Shayne shucked off his coat and sat down; he tugged at his earlobe as he glanced over the newspaper story. The facts were, as a whole, correct, but they were presented in a manner to intimate that the detective had a sinister personal motive in suppressing what Wilson had told him over the telephone. His supposed association with criminal elements in the city was recalled to readers, and the entire story was couched in phrases to make it appear that Shayne was circumventing justice by refusing to turn his information over to the authorities.

Chief Will Gentry came in for his share of castigation for not taking more effective measures to force Shayne to reveal the facts in his possession.

Shayne grinned as he finished reading the story. The Herald had been after his scalp for a long time because he had let Timothy Rourke scoop them on the News. This was too good a chance to pass up.

At that, he reflected grimly, it wasn’t a bad angle to consider. If the gang could be led to believe that he was holding out for a pay-off, they might decide to make him an offer rather than waste time and bullets trying to kill him.

Brushing the sheet aside, he went into the bedroom and put on a clean shirt, adjusted a belt about his lean hips inside his trousers to permit a holster to lie flat against the front of his right thigh. After buckling his pants over the holster he went to the bathroom, found a used razor blade, and cut the right pocket out of his pants.
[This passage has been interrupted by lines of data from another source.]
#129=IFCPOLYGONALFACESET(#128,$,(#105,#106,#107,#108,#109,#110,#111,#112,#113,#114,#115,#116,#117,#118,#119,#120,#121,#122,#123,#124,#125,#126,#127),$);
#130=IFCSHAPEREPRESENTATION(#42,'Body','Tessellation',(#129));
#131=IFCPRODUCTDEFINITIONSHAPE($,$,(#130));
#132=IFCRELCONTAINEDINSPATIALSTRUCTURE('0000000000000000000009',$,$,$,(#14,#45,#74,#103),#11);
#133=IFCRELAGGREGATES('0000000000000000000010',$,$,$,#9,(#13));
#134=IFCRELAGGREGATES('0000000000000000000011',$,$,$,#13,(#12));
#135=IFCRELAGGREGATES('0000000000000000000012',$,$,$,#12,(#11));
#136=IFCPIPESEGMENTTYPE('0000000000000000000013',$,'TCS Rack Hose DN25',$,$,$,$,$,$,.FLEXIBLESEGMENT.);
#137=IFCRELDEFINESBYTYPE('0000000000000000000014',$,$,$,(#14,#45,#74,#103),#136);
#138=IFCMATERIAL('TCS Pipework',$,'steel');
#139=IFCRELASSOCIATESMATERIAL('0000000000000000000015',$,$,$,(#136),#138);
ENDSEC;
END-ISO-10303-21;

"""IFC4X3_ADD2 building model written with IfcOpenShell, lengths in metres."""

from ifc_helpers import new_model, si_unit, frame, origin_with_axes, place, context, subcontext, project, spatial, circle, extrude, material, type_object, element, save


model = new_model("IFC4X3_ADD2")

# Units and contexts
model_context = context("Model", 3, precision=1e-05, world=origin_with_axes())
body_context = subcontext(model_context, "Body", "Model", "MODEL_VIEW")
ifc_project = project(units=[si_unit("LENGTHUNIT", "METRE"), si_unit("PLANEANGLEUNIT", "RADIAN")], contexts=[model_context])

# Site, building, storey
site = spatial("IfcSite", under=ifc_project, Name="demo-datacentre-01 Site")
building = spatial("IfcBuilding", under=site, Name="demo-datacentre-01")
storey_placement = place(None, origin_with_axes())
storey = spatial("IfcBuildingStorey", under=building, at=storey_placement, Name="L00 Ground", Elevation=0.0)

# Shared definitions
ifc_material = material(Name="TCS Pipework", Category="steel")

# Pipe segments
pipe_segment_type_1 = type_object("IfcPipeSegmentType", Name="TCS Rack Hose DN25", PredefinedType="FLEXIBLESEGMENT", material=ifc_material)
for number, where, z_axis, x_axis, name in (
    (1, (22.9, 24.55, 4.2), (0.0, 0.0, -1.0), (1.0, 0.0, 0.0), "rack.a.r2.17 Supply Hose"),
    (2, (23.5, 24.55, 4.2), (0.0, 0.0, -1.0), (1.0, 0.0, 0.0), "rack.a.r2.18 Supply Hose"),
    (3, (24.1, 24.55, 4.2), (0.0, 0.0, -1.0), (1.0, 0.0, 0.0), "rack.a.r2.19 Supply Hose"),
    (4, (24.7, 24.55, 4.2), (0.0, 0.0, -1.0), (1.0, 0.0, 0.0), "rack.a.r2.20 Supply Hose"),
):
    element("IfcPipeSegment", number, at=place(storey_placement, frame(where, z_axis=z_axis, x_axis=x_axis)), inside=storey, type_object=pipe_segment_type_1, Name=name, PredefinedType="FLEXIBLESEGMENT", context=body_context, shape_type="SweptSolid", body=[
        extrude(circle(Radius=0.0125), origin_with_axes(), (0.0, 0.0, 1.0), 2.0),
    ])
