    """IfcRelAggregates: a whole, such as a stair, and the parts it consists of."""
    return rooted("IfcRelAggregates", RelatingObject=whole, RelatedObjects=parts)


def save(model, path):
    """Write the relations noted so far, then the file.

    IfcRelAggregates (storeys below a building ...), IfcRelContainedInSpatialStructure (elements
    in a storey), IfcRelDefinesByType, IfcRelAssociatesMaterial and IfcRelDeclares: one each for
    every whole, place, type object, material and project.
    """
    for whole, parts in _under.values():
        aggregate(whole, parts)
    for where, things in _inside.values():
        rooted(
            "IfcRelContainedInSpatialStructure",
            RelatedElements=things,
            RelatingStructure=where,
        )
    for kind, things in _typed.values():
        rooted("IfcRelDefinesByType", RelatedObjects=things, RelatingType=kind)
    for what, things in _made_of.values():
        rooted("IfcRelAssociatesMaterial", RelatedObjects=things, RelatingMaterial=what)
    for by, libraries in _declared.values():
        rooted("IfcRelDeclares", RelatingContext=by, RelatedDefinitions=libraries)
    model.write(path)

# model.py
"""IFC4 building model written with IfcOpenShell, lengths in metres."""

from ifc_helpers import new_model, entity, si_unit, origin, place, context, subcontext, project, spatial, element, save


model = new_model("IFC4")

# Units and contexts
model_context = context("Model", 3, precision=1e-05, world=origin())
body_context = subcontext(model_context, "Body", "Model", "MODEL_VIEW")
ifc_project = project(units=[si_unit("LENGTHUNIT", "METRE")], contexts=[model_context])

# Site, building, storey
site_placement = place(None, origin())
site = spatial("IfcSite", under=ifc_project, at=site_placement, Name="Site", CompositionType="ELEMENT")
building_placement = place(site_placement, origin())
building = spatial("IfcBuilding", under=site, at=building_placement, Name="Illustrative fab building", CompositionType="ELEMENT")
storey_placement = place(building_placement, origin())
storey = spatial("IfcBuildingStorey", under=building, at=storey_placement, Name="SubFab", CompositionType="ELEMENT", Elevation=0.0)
He slid the. 38 through the opening into the holster, pressing it down and out of sight to a point of instant availability. He knotted his tie before the bathroom mirror, put on his coat and hat and went out.

Shayne scowled heavily when he saw Detective Sergeant Grayson at the desk in the lobby. Grayson was leaning negligently against the desk, facing the elevator. He gave Shayne a thin smile and said, “Let’s go down to headquarters.”

“Is it a pinch?”

“Not unless you make it one.”

Shayne sighed. “We’ll keep it friendly, then. Where’s your car?”
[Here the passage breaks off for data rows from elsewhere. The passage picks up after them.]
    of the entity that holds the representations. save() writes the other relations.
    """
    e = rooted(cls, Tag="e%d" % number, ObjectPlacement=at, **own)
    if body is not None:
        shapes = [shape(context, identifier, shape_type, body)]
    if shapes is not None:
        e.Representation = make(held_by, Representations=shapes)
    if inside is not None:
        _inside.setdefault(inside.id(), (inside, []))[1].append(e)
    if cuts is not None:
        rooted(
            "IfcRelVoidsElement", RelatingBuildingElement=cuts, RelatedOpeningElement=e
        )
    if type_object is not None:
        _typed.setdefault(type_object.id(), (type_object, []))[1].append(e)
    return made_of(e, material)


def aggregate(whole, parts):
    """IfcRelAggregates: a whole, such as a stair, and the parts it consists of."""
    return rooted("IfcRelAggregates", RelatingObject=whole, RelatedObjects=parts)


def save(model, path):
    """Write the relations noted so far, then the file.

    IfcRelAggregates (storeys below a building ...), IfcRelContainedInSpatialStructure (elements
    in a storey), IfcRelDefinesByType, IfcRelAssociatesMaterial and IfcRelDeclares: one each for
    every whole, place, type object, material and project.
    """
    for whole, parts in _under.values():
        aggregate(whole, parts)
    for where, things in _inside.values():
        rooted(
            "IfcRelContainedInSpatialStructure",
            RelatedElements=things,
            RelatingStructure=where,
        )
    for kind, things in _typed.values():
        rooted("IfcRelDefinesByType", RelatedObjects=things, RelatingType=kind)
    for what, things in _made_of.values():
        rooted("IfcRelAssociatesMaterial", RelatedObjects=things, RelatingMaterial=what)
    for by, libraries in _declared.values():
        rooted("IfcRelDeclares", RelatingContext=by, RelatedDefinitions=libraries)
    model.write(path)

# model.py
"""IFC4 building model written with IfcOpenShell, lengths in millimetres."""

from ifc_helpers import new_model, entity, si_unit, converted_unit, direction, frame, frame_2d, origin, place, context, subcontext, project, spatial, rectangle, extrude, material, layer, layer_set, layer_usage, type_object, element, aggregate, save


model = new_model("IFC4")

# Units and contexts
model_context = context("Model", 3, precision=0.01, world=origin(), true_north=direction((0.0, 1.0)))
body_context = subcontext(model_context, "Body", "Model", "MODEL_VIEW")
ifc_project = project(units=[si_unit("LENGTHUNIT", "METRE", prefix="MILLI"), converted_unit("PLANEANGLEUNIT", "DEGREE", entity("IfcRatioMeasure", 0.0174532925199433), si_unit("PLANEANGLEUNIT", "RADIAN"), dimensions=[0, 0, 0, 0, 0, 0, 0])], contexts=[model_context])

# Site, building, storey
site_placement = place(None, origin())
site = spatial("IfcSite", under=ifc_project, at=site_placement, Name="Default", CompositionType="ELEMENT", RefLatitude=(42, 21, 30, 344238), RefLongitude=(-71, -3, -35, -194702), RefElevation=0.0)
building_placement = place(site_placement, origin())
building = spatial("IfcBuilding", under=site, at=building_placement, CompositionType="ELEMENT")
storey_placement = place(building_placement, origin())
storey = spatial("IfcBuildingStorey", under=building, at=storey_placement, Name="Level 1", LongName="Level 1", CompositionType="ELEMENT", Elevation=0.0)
“I’m walking,” Grayson told him. They went out together and turned toward Flagler Street.

Chief Gentry was alone in his office when Grayson and Shayne entered the room. Gentry said, “That’s all, Sergeant,” and waited until the door closed before barking at Shayne, “Well, are you ready to start talking?”

Shayne pulled up a chair in front of the battered oak desk and asked, “What about?”
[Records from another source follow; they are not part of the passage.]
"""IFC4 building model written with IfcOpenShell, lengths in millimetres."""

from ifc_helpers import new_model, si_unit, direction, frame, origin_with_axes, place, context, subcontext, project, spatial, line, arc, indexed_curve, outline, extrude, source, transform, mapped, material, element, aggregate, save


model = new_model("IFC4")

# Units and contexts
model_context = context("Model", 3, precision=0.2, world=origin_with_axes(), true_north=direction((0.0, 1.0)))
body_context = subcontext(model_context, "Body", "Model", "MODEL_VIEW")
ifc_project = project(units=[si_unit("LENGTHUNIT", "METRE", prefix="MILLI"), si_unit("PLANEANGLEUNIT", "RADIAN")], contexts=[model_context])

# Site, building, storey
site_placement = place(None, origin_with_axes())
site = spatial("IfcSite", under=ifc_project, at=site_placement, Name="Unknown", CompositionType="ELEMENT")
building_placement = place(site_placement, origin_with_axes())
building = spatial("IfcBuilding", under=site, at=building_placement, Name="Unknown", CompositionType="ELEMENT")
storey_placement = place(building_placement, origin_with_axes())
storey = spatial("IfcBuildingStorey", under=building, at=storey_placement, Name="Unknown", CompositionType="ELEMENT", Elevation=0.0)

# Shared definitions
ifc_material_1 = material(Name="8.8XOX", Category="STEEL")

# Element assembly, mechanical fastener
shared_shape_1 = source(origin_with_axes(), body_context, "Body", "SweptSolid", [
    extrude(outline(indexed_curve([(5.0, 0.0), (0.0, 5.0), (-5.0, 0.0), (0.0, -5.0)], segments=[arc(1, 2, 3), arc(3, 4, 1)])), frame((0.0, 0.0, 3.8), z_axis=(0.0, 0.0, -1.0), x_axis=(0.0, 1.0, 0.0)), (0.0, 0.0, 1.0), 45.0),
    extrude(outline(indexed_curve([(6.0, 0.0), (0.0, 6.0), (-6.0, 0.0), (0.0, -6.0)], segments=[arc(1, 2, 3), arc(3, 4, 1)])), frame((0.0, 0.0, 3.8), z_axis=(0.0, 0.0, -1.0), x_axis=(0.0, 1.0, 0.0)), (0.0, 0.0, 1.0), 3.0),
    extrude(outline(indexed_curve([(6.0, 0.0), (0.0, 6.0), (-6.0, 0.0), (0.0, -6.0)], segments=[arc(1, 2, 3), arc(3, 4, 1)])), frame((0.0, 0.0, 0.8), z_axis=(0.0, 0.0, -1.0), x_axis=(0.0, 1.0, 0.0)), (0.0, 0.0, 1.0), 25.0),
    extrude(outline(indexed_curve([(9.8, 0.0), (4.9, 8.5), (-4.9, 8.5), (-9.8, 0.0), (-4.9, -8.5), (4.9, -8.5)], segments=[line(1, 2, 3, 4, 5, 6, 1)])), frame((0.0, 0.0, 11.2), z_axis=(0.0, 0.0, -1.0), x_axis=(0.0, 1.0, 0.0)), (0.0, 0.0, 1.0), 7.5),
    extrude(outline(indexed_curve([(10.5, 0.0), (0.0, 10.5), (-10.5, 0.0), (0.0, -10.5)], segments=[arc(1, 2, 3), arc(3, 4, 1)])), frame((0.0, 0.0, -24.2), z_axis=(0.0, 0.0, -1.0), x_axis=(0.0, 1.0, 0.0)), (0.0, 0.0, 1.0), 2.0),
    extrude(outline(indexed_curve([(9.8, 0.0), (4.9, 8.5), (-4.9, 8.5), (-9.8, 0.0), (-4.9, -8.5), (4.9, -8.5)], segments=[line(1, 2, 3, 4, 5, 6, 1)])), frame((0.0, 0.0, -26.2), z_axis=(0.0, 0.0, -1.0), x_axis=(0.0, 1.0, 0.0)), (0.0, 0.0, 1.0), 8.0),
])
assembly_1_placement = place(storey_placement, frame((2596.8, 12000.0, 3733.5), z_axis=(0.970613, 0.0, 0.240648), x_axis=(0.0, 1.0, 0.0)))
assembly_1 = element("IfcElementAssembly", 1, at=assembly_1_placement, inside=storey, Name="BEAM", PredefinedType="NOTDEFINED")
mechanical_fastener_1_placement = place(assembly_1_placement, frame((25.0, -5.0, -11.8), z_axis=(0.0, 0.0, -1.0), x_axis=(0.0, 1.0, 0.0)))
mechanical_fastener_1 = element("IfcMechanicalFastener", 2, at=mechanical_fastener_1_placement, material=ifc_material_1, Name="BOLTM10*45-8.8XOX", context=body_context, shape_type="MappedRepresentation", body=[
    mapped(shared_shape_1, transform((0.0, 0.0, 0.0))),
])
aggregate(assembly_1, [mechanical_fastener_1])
Gentry choked over a soggy cigar butt. He flung it toward a cuspidor and said, “I thought maybe that bullet would scare some sense into your thick head.”

“It wasn’t even close,” Shayne scoffed.

Gentry folded his massive arms on the desk and implored, “Mother of God, Mike, get wise to yourself. Those boys aren’t fooling. That hood checked into the room opposite yours at six twenty-two, just twenty-two minutes after the first edition of the Herald hit the streets. They didn’t lose any time.”

“That’s what I hoped they’d do,” Shayne protested.

“It’s your own neck,” Gentry growled. “I’m damned if I care whether you get it chopped off or not. But give me something to go on after they get you. That’s all I ask.”

Shayne lit a cigarette and said blandly, “You’ll never learn, Will.”

“We’ve worked together,” Gentry argued evenly, “and you know I can keep it under my hat till it’s time to go.”